(Exercise requirements)
Collect every line in the records below that contains the word "IFCGEOMETRICREPRESENTATIONSUBCONTEXT".

(Data provided)

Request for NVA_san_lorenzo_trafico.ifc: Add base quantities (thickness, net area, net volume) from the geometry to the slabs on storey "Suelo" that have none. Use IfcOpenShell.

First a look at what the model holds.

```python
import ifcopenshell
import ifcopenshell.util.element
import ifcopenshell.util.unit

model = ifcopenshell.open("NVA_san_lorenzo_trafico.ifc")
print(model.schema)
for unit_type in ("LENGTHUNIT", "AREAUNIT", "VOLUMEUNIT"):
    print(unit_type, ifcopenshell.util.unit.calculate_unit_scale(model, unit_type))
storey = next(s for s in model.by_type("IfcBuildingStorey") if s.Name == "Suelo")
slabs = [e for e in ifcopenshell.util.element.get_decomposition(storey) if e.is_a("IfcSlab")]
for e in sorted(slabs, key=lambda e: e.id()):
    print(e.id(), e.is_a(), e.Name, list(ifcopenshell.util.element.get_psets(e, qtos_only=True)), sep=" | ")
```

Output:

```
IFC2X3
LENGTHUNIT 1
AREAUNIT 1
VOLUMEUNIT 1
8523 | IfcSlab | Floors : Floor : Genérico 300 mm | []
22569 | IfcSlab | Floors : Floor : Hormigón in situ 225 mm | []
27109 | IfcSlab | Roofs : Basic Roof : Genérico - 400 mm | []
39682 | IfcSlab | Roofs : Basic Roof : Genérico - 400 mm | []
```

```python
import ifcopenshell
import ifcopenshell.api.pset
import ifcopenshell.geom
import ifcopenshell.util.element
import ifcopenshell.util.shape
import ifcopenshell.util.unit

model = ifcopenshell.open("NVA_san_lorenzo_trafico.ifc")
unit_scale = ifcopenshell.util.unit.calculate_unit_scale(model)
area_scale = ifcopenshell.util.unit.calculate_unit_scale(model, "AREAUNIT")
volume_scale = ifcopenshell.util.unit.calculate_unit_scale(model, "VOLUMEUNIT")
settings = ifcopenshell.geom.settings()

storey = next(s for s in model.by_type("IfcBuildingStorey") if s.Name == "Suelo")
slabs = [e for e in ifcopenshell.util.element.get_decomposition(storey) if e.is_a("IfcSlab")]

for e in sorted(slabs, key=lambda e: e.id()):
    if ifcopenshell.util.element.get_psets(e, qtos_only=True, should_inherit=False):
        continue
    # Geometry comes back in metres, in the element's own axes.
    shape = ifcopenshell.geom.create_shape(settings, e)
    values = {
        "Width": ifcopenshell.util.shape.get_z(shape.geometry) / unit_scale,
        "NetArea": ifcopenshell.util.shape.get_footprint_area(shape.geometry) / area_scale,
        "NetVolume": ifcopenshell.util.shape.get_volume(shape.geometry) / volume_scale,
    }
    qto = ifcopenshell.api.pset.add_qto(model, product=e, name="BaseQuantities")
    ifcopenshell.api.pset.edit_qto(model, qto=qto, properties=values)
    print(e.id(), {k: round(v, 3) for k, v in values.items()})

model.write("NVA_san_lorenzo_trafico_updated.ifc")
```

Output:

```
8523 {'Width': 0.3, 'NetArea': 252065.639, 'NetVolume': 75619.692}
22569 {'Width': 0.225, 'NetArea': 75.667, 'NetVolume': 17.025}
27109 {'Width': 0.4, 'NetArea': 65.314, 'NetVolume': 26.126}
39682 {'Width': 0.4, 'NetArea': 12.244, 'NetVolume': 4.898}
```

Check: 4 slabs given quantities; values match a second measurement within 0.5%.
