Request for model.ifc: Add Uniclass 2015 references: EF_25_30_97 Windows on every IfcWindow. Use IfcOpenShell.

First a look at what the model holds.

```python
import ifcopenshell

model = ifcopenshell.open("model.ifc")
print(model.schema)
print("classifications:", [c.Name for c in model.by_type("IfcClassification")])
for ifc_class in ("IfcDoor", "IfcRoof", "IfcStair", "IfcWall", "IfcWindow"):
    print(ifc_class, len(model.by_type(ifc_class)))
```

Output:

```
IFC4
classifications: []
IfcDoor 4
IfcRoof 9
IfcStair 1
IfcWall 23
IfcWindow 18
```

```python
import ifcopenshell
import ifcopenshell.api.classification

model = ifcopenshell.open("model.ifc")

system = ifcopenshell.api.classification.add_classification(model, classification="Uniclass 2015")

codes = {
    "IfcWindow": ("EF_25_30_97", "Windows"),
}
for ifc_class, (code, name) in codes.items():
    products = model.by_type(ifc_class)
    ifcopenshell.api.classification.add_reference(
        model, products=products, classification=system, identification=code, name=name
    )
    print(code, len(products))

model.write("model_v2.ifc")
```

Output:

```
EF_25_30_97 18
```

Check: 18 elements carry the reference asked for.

==

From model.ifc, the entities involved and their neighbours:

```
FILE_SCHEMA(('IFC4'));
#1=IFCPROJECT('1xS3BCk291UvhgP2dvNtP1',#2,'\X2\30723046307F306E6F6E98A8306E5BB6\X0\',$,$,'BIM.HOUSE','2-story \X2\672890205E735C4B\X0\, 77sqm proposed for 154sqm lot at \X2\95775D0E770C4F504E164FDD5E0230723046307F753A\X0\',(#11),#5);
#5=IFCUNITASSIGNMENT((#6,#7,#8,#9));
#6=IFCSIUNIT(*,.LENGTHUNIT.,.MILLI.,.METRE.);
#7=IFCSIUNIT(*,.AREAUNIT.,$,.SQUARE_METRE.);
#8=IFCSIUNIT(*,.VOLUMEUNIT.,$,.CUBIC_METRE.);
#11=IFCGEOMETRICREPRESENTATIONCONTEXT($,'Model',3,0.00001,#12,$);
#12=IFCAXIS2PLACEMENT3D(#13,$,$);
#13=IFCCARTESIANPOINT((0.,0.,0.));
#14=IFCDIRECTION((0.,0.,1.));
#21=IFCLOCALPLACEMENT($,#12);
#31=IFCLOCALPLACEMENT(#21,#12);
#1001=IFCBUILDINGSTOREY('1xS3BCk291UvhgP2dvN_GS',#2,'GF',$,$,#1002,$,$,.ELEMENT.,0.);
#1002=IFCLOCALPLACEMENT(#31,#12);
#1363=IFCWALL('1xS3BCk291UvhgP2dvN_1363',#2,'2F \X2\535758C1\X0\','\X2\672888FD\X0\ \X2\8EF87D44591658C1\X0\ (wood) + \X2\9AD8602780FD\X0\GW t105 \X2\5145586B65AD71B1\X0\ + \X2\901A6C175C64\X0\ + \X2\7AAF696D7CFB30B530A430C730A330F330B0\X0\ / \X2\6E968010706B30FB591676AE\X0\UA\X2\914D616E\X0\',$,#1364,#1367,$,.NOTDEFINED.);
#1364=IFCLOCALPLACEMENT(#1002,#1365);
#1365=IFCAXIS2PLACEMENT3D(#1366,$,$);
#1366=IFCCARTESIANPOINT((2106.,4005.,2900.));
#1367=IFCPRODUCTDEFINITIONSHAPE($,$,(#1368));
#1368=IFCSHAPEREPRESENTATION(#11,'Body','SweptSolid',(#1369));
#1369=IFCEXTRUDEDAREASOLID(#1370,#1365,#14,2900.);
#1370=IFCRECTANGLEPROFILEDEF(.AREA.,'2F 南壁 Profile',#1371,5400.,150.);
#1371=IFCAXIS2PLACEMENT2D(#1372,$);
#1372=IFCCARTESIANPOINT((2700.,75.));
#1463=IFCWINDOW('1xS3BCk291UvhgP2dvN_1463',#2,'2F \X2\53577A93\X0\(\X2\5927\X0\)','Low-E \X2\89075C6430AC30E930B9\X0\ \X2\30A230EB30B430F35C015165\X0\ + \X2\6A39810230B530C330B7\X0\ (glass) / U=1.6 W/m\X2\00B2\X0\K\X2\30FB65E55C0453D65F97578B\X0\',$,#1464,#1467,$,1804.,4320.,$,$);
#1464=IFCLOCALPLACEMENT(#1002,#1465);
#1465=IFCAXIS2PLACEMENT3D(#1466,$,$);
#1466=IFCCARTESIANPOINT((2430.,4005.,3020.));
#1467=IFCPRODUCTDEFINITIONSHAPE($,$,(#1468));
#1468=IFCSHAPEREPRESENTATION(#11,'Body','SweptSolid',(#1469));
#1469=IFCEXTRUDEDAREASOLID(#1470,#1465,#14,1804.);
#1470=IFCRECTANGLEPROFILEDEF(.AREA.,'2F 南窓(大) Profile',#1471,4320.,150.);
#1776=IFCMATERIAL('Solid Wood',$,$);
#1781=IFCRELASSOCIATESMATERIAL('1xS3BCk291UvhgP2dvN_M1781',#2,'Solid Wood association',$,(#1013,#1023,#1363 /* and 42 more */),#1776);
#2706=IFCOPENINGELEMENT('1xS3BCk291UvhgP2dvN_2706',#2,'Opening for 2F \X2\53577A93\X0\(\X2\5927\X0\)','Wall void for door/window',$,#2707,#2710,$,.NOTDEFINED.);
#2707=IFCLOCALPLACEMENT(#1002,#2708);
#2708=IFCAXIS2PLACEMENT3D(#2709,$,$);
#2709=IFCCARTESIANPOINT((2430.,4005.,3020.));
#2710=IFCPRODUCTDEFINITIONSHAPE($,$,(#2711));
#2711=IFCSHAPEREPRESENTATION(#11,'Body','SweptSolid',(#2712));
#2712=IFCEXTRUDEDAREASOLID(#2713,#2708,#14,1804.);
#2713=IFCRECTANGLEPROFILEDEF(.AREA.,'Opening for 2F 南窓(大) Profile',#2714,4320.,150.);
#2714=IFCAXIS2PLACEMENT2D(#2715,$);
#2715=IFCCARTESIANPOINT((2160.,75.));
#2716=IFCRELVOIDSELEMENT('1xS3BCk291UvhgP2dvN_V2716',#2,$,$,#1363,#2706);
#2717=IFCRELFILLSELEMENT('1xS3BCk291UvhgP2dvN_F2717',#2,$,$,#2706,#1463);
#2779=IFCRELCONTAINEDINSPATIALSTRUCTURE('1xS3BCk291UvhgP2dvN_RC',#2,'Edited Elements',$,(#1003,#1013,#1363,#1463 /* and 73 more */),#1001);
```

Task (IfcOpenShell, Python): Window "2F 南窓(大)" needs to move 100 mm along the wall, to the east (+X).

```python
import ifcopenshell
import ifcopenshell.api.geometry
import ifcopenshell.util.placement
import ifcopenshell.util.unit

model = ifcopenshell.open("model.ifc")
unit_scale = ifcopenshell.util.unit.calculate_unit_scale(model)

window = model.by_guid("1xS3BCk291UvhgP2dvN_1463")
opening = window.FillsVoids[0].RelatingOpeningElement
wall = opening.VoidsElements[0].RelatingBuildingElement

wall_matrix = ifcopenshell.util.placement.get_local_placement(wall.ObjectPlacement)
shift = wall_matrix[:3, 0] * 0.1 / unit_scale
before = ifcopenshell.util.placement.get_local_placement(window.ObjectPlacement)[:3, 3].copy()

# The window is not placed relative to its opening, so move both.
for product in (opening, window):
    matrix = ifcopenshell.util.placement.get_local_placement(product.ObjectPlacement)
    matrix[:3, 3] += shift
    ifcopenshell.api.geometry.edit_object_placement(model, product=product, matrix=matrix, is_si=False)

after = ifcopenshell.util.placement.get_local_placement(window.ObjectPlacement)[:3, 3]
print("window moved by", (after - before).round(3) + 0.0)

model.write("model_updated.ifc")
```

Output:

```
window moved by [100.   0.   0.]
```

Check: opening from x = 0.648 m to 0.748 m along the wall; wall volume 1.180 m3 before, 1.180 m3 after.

* * *

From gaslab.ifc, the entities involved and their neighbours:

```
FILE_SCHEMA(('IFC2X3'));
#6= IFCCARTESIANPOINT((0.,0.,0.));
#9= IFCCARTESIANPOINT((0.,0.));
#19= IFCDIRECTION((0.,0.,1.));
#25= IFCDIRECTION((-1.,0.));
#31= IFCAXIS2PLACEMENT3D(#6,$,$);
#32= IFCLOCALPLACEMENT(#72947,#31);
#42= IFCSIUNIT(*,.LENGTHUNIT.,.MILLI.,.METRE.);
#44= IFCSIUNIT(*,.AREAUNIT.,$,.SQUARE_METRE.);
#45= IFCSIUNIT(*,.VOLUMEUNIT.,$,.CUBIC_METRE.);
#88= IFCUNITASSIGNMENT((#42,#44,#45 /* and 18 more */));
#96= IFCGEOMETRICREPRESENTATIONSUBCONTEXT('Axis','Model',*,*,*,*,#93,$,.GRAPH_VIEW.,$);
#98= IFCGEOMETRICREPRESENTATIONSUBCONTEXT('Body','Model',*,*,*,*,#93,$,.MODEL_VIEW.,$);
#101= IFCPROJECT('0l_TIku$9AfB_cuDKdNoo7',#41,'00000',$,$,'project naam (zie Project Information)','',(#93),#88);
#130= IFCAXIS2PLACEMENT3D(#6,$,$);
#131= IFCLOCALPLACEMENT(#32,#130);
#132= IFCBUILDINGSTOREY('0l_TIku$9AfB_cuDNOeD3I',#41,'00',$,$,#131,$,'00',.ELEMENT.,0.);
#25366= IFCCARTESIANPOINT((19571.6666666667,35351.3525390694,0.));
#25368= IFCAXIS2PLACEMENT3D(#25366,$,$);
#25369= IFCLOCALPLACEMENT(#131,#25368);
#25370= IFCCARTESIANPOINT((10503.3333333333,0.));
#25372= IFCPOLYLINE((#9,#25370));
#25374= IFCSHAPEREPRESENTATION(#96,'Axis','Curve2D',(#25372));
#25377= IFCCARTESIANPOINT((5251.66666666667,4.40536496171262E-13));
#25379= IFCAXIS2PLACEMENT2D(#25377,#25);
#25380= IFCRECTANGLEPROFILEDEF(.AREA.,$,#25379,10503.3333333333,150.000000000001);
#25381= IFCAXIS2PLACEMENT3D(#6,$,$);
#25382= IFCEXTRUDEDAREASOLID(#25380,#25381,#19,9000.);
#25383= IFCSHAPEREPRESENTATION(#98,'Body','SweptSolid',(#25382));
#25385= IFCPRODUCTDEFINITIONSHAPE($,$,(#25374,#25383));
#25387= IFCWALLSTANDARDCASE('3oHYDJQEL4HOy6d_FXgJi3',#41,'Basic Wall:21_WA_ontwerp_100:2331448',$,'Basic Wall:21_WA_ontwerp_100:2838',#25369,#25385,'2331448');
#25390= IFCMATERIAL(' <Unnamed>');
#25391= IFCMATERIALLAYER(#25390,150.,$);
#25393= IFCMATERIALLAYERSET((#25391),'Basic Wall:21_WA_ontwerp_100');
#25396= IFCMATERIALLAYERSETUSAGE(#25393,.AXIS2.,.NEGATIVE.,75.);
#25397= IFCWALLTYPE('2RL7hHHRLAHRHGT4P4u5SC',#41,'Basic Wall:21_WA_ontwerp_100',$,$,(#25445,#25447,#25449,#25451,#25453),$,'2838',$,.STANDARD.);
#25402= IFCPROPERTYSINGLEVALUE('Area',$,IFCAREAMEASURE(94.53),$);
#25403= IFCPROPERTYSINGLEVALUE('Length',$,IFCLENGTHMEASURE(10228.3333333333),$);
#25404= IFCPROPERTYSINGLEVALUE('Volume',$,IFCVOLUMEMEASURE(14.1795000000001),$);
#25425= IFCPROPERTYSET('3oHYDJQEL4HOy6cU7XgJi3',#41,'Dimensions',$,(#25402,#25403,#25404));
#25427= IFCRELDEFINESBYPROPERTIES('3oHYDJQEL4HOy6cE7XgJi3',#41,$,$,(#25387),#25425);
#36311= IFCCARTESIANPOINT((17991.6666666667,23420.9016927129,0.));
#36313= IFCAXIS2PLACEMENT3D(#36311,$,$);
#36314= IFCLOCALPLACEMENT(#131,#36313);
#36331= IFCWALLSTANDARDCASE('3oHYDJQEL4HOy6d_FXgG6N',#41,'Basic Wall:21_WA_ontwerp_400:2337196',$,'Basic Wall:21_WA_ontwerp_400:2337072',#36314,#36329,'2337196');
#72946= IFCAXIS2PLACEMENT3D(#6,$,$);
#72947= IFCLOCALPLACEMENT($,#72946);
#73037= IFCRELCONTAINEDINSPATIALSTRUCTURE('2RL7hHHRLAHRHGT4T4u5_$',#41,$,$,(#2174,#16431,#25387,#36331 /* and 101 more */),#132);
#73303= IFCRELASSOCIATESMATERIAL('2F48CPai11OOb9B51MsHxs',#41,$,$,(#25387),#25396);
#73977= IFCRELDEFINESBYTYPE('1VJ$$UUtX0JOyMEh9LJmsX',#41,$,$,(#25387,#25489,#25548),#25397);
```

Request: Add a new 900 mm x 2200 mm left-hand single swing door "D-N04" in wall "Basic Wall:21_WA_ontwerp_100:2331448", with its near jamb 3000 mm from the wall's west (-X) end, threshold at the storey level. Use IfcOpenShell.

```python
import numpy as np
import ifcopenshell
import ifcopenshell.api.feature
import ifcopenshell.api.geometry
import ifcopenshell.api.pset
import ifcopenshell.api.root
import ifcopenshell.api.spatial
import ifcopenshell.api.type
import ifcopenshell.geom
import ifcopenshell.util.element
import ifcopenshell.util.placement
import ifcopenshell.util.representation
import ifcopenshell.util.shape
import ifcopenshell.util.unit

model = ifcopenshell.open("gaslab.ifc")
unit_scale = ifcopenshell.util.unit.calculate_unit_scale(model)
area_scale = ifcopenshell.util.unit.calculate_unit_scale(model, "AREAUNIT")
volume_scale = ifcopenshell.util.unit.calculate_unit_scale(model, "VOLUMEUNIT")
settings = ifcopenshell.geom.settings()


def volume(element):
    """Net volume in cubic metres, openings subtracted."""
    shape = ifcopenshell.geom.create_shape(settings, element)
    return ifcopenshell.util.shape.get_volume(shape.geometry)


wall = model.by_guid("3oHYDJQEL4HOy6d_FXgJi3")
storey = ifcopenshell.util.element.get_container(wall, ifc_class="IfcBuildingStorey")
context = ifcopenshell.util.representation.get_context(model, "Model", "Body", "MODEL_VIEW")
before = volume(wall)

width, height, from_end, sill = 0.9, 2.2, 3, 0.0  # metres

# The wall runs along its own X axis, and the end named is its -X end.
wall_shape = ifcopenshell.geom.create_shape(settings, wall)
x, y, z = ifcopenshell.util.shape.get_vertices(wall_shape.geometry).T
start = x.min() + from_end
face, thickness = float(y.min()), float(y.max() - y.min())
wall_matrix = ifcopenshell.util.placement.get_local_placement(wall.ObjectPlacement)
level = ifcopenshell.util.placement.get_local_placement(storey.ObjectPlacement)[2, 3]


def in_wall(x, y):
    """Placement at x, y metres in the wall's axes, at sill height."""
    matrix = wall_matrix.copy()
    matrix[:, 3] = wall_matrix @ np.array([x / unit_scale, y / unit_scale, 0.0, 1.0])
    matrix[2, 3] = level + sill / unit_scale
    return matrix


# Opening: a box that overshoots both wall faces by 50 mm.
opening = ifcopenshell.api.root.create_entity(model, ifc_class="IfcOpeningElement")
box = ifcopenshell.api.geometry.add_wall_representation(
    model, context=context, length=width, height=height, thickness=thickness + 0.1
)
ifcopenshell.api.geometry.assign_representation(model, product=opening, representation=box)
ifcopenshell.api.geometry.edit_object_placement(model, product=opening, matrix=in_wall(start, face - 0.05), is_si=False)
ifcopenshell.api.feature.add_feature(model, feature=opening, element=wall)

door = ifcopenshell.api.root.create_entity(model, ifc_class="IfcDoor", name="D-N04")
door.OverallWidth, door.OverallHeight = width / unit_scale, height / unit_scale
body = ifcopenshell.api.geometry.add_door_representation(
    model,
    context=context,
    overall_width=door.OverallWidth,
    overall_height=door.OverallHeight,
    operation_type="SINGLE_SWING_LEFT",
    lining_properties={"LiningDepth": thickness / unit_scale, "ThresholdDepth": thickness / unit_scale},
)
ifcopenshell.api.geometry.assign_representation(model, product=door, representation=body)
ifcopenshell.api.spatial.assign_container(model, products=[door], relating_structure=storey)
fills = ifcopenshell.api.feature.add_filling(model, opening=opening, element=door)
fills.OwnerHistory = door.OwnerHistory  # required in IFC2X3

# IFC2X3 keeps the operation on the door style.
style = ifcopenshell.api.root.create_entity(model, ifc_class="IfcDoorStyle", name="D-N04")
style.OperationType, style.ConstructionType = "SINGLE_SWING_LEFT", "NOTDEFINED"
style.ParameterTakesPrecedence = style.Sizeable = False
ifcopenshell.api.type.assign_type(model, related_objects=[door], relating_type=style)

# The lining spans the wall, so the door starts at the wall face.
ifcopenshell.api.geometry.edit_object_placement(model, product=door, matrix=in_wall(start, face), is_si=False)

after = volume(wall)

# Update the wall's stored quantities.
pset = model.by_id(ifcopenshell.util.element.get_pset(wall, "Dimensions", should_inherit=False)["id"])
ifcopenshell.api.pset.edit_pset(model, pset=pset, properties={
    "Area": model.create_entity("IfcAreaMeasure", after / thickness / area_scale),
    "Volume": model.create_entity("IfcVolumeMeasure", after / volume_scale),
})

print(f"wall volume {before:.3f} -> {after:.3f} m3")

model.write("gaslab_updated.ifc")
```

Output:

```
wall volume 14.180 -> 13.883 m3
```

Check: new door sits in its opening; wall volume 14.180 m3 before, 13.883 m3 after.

(Problem solution)
#96= IFCGEOMETRICREPRESENTATIONSUBCONTEXT('Axis','Model',*,*,*,*,#93,$,.GRAPH_VIEW.,$);
#98= IFCGEOMETRICREPRESENTATIONSUBCONTEXT('Body','Model',*,*,*,*,#93,$,.MODEL_VIEW.,$);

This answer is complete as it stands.